Таким образом, формирование репродуктивной изоляции между расходящимися популяциями — процесс долгий, сложный и многогранный. Все его этапы активно изучаются. Особый интерес представляет формирование постзиготической изоляции, потому что это своего рода «точка невозвращения», после которой у двух популяций уже почти не остается шансов слиться обратно в один вид.
Многочисленные факты говорят о том, что постзиготическая изоляция может возникать автоматически, сама собой, без помощи какого-либо «отбора на несовместимость» или других специальных механизмов. Единственное, что для этого нужно, — это фактическая разобщенность двух популяций (отсутствие генетического обмена — неважно, по какой причине) и время. Причем времени может потребоваться много: до 10 млн лет или даже больше (см.: Эволюция цветного зрения у африканских цихлид шла двумя путями, «Элементы», 29.12.2009).
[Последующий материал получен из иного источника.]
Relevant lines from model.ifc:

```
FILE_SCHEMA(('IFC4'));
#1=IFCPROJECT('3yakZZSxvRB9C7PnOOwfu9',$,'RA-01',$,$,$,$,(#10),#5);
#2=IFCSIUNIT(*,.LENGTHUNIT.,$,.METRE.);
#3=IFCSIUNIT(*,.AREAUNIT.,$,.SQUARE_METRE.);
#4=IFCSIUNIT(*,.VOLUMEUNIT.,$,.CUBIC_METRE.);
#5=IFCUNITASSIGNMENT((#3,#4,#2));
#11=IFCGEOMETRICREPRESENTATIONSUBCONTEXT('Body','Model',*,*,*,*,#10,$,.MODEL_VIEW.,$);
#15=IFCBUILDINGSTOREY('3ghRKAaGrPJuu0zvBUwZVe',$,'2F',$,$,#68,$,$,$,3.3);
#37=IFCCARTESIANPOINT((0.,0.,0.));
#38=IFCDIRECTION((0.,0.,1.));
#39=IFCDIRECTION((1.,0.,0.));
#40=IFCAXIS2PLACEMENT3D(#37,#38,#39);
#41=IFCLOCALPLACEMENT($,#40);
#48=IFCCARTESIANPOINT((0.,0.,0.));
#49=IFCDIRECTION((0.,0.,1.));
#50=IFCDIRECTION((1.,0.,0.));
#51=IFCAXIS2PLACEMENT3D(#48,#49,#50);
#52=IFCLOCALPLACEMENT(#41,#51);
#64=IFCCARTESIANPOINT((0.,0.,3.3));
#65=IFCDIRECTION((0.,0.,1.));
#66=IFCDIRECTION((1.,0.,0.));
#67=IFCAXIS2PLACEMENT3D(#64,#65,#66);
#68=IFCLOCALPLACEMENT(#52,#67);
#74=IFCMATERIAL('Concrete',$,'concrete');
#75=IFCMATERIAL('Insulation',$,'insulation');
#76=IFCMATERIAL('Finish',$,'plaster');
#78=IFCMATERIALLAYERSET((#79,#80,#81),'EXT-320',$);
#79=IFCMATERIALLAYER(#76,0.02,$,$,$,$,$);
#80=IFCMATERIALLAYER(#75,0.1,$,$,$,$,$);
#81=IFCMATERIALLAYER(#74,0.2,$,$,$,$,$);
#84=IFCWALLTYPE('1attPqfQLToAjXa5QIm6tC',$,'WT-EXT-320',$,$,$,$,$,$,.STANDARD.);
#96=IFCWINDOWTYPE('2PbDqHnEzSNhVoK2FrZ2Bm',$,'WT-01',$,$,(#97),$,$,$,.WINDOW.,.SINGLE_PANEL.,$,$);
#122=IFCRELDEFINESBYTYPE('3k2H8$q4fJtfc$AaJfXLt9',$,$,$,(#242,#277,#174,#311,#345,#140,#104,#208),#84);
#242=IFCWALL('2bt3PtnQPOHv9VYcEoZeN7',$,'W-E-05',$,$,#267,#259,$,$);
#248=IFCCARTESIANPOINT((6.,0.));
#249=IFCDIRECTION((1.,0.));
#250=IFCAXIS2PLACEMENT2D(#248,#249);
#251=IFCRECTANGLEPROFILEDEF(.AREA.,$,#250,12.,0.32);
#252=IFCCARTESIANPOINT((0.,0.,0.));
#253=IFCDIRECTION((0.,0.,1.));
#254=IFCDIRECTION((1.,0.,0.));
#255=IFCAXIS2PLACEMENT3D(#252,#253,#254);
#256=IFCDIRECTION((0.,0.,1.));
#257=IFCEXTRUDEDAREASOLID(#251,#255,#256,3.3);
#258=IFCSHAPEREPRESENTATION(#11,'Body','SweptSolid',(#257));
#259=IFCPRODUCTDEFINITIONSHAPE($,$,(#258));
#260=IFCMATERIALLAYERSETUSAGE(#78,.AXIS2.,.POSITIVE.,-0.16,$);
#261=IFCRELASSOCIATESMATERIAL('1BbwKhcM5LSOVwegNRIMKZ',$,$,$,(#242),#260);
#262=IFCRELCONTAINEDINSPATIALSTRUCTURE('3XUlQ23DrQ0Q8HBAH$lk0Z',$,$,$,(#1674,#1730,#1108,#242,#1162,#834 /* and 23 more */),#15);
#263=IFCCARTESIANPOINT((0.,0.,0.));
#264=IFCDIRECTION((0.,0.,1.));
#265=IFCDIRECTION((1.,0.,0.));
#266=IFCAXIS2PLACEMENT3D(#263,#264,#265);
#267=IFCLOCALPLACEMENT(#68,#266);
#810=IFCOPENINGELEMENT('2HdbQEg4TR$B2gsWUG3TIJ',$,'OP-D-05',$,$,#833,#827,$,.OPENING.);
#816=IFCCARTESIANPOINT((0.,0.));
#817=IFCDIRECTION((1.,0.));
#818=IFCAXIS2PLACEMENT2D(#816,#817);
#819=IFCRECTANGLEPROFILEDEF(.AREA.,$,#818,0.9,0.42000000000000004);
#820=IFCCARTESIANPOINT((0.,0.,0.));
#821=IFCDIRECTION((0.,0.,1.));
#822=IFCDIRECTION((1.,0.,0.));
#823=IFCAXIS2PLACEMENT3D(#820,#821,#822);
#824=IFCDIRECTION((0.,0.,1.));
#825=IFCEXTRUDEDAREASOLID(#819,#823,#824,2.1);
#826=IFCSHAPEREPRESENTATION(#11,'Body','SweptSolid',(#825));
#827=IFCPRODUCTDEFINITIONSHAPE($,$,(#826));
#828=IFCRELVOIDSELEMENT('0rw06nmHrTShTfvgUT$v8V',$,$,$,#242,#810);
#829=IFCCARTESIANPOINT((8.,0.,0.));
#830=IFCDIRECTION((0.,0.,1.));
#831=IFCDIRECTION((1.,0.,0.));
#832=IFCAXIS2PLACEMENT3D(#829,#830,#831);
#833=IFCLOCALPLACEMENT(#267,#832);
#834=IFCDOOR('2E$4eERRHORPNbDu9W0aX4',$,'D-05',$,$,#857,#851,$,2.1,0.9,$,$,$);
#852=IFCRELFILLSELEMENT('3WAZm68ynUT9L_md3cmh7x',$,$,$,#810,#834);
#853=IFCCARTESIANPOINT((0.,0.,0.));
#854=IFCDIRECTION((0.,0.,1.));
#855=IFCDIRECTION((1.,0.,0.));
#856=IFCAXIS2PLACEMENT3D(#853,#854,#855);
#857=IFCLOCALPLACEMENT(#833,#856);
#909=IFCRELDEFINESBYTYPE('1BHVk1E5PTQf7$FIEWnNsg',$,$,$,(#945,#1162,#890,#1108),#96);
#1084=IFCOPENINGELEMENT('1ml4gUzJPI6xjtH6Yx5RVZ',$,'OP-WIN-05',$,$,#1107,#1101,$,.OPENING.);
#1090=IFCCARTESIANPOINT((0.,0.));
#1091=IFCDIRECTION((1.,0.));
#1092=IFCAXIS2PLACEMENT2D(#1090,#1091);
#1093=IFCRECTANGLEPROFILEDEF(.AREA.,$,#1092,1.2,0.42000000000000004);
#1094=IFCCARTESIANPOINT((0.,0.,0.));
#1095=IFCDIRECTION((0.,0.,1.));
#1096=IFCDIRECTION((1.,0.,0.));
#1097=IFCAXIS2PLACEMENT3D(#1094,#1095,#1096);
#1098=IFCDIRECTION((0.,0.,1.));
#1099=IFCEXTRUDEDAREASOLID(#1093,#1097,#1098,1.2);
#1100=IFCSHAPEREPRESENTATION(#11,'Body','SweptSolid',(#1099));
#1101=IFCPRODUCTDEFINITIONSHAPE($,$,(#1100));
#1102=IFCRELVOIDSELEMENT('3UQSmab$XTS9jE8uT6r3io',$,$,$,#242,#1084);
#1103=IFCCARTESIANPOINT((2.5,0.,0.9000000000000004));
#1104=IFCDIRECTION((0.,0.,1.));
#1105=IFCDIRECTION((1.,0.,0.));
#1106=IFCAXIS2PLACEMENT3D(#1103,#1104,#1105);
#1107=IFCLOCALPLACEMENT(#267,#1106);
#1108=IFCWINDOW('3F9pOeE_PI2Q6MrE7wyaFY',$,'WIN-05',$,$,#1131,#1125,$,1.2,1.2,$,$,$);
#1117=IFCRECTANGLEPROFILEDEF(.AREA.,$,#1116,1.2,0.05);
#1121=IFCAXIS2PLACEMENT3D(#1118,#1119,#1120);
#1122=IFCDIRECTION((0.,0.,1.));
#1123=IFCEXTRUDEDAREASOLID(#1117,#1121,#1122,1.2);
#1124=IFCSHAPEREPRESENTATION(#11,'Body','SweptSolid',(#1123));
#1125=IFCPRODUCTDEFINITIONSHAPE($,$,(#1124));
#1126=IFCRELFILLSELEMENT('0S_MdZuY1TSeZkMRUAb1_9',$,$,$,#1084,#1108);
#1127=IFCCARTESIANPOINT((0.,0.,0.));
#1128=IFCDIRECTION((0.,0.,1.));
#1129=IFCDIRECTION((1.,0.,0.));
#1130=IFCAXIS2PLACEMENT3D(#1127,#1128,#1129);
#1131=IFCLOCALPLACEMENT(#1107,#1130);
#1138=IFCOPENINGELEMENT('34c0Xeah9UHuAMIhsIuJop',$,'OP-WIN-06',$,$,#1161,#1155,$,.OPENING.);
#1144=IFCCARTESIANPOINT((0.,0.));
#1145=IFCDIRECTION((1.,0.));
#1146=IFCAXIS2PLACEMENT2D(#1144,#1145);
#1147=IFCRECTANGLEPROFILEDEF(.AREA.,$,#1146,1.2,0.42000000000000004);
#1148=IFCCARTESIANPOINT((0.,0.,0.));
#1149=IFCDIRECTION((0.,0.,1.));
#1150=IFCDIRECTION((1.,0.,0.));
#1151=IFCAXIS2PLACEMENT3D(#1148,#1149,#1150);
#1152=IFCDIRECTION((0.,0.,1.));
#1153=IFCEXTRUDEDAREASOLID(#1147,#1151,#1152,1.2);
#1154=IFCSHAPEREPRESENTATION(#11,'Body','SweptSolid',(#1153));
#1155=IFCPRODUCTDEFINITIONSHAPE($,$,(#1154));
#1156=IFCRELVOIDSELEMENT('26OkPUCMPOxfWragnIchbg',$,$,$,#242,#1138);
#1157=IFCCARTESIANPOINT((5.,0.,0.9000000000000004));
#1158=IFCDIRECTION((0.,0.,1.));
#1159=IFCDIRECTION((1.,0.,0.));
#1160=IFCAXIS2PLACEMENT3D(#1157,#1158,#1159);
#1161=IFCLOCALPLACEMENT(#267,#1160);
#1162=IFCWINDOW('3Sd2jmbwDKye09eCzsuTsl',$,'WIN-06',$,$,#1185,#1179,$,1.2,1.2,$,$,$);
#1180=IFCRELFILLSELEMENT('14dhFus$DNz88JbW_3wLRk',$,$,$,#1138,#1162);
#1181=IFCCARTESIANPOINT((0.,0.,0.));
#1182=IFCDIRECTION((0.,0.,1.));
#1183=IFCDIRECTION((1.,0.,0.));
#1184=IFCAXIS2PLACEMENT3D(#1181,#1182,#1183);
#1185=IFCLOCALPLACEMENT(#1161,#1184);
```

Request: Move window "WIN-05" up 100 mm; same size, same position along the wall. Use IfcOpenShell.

```python
import numpy as np
import ifcopenshell
import ifcopenshell.api.geometry
import ifcopenshell.util.placement
import ifcopenshell.util.unit

model = ifcopenshell.open("model.ifc")
unit_scale = ifcopenshell.util.unit.calculate_unit_scale(model)

window = model.by_id(1108)
opening = window.FillsVoids[0].RelatingOpeningElement
dz = 0.1

shift = np.array([0.0, 0.0, dz])
# The window is placed relative to its opening, so it follows when the opening moves.
matrix = ifcopenshell.util.placement.get_local_placement(opening.ObjectPlacement)
matrix[:3, 3] += shift
ifcopenshell.api.geometry.edit_object_placement(
    model, product=opening, matrix=matrix, is_si=False, should_transform_children=True
)

print(f"moved by {dz * unit_scale:+.3f} m")

model.write("model_updated.ifc")
```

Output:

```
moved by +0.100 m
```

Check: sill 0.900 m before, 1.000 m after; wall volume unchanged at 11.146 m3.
Если же на популяции действует интенсивный разнонаправленный отбор, постзиготическая изоляция может развиться очень быстро, всего за несколько сотен поколений (см.: Начальные этапы видообразования воспроизведены в эксперименте на дрожжах, «Элементы», 06.06.2007).
В конце 30-х — начале 40-х годов прошлого века Ф. Г. Добржанский и Г. Д. Мёллер предложили простую модель, согласно которой постзиготическая несовместимость разобщенных популяций развивается как неизбежный побочный эффект их разобщенности.
Допустим, в исходной популяции, еще до разделения, все особи имели генотип A1B1С1D1 (предположим для простоты, что организмы гаплоидные). Но вот популяция по какой-то причине разделилась на две изолированные части — например, несколько представителей исходной популяции занесло бурей на необитаемый остров. После этого в каждой из двух популяций будут независимо закрепляться разные мутации — неважно, под действием отбора или случайного дрейфа. Например, в островной популяции закрепится мутация в локусе A. Теперь генотип у представителей этой популяции будет A2B1С1D1. Может ли это привести к постзиготической несовместимости с материковой популяцией, где пока еще сохранился исходный генотип? Вряд ли, потому что ген A2, очевидно, вполне совместим с генами B1, C1 и D1 (иначе он бы не смог закрепиться в островной популяции). Но вот по прошествии какого-то времени в материковой популяции тоже закрепилась какая-нибудь мутация, например в локусе B. Теперь у материковых особей генотип A1B2С1D1. (а у островных, как мы помним, A2B1С1D1). Ген B2, очевидно, совместим с A1, C1 и D1: это было «проверено» отбором, который в противном случае отбраковал бы ген B2 и не дал ему закрепиться в материковой популяции. Однако ген B2 не проверялся отбором на совместимость с геном A2, который закрепился в островной популяции. Следовательно, с некоторой вероятностью эти гены могут оказаться несовместимыми.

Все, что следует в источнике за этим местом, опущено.